8.16 In light of the above discussion, this Court holds that:
(i) The acquisition of the land in question was lawfully undertaken and concluded under the Act, 1894, and possession was duly taken in accordance with law, which has been approved by the Supreme Court in Civil Appeal Nos.2944 of 2013, 2945 of 2013, and 2947 of 2013, as well as by the Division Bench of this Court in Baij Nath and 80 others (supra).
(ii) The petitioners predecessors-in-interest participated in the acquisition by filing proceedings for enhanced compensation under Section 18 of the Act, 1894, thereby acknowledging the validity of acquisition.
(iii) The writ petition is barred by constructive res judicata along with delay/laches.
(iv) Section 24(2) of the 2013 Act does not apply to revive or nullify such concluded acquisition proceedings, which have already been upheld by the Supreme Court.
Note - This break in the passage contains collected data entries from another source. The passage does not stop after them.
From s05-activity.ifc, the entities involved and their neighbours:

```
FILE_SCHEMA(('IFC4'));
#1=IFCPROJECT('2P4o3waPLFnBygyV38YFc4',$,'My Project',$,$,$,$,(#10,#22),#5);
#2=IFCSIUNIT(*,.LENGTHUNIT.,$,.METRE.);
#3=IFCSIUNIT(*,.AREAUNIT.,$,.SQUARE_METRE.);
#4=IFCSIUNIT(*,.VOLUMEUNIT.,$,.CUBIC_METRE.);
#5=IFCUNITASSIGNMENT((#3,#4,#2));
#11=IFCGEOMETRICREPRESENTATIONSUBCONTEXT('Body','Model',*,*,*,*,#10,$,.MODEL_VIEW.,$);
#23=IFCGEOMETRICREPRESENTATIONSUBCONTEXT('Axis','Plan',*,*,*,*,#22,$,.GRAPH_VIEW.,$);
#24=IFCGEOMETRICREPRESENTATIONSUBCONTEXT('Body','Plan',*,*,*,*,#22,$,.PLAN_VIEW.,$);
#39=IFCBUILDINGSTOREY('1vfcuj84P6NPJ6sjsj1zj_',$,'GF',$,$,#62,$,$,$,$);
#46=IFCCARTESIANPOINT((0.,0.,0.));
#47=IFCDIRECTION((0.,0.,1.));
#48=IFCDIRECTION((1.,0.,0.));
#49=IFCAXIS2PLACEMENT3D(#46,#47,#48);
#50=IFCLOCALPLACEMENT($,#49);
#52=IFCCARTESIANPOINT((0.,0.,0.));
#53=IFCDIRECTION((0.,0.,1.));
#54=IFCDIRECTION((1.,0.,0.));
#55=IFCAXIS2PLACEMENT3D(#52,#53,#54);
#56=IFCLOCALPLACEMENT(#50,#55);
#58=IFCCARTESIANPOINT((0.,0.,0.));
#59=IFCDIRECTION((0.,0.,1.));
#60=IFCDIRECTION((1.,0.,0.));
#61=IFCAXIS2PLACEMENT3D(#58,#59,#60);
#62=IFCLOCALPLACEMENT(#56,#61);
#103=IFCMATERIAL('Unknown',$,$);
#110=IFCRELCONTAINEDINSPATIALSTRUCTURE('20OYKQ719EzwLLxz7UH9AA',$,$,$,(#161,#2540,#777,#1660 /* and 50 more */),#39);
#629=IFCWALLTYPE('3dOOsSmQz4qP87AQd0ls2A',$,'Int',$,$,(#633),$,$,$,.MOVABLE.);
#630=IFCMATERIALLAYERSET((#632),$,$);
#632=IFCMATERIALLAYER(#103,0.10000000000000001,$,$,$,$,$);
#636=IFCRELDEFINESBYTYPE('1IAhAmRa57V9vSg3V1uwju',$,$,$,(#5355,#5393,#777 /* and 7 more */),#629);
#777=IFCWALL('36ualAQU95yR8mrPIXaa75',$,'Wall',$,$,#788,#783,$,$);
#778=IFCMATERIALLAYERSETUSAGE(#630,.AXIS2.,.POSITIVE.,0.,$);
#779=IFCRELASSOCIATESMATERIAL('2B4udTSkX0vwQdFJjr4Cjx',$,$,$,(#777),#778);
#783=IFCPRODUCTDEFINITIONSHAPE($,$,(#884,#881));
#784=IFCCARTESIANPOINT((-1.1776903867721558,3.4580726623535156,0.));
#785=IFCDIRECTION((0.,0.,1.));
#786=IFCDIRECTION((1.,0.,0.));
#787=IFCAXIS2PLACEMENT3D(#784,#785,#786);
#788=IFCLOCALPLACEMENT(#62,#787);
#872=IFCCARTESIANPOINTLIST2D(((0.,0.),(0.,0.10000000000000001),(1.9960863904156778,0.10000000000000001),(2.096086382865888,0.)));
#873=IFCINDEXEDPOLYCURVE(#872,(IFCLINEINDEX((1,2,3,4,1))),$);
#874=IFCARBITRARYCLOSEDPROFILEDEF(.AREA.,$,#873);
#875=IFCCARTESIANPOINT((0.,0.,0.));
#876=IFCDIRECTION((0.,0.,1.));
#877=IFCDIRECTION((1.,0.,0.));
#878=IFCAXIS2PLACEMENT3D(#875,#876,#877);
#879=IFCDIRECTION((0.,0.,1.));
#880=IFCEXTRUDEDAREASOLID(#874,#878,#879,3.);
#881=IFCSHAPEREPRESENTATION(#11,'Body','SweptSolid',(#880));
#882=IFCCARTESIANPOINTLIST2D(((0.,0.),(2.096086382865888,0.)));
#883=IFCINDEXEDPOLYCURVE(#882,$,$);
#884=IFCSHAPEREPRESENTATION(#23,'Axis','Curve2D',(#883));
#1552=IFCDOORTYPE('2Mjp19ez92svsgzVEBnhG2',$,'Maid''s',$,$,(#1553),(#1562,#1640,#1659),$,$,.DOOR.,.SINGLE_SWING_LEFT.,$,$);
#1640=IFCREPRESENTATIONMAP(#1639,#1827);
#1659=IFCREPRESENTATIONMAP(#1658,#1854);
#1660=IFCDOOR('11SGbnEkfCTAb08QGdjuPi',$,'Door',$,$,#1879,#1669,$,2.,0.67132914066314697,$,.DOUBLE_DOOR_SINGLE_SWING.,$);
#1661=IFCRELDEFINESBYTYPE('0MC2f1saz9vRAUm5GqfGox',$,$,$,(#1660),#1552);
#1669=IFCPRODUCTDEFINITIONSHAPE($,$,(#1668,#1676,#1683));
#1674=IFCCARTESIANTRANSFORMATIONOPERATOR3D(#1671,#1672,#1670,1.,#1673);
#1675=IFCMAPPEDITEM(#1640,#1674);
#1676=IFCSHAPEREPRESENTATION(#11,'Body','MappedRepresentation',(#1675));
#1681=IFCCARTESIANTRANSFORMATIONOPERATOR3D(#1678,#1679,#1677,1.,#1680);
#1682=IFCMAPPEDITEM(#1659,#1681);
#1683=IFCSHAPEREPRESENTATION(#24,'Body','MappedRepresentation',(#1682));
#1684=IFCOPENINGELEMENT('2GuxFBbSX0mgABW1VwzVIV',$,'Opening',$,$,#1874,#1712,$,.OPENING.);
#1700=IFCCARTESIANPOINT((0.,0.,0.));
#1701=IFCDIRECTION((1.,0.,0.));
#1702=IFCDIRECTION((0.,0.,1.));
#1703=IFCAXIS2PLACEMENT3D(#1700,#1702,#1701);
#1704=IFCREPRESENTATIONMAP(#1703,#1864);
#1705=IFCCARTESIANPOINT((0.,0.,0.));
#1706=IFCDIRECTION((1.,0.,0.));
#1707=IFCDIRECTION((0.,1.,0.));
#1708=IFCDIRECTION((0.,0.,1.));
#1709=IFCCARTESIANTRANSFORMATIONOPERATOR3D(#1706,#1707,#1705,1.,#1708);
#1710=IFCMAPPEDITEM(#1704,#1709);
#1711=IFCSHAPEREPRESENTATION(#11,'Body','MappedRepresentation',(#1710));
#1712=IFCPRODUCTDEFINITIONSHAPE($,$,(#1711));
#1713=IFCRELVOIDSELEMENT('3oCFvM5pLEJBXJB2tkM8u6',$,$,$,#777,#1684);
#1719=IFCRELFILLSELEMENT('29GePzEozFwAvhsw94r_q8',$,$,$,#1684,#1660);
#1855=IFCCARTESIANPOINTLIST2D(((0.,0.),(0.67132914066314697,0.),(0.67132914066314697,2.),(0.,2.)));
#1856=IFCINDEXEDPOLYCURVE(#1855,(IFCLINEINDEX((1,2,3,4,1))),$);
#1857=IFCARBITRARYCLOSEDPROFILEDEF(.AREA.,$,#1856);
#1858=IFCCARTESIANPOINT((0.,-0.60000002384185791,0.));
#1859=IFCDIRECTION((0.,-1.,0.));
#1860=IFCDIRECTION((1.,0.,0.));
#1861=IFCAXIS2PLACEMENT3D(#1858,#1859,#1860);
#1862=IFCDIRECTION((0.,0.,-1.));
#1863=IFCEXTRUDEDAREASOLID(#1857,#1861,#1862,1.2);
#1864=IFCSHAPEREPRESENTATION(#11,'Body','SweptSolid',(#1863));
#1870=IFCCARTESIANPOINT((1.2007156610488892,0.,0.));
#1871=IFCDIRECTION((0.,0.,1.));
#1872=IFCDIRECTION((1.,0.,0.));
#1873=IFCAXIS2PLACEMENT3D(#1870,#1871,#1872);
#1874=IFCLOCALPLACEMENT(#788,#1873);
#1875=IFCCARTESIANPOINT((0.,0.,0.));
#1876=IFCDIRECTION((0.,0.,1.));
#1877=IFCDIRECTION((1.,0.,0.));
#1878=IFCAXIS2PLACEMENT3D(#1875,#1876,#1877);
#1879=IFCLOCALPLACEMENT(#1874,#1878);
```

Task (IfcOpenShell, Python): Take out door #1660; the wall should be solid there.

```python
import ifcopenshell
import ifcopenshell.api.feature
import ifcopenshell.api.root
import ifcopenshell.geom
import ifcopenshell.util.shape

model = ifcopenshell.open("s05-activity.ifc")
settings = ifcopenshell.geom.settings()


def volume(element):
    """Net volume in cubic metres, openings subtracted."""
    shape = ifcopenshell.geom.create_shape(settings, element)
    return ifcopenshell.util.shape.get_volume(shape.geometry)


door = model.by_id(1660)
opening = door.FillsVoids[0].RelatingOpeningElement
wall = opening.VoidsElements[0].RelatingBuildingElement
before = volume(wall)

ifcopenshell.api.root.remove_product(model, product=door)
ifcopenshell.api.feature.remove_feature(model, feature=opening)

after = volume(wall)

print(f"wall volume {before:.3f} -> {after:.3f} m3")

model.write("s05-activity_rev.ifc")
```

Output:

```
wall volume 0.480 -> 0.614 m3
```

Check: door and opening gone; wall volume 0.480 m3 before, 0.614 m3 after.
(v) No case of parity or discrimination is made out, as the legal foundation of the earlier de-notification decisions no longer holds good after the judgment in Indore Development Authority (supra).
G. CONCLUSION:
9. In conclusion, the present writ petitions are found to be legally unsustainable, barred by principles of finality, delay, and judicial discipline. Thus, the petitions lack merit and deserve to be dismissed.
9.1 Accordingly, all the above-noted writ petitions stand dismissed. No order as to costs.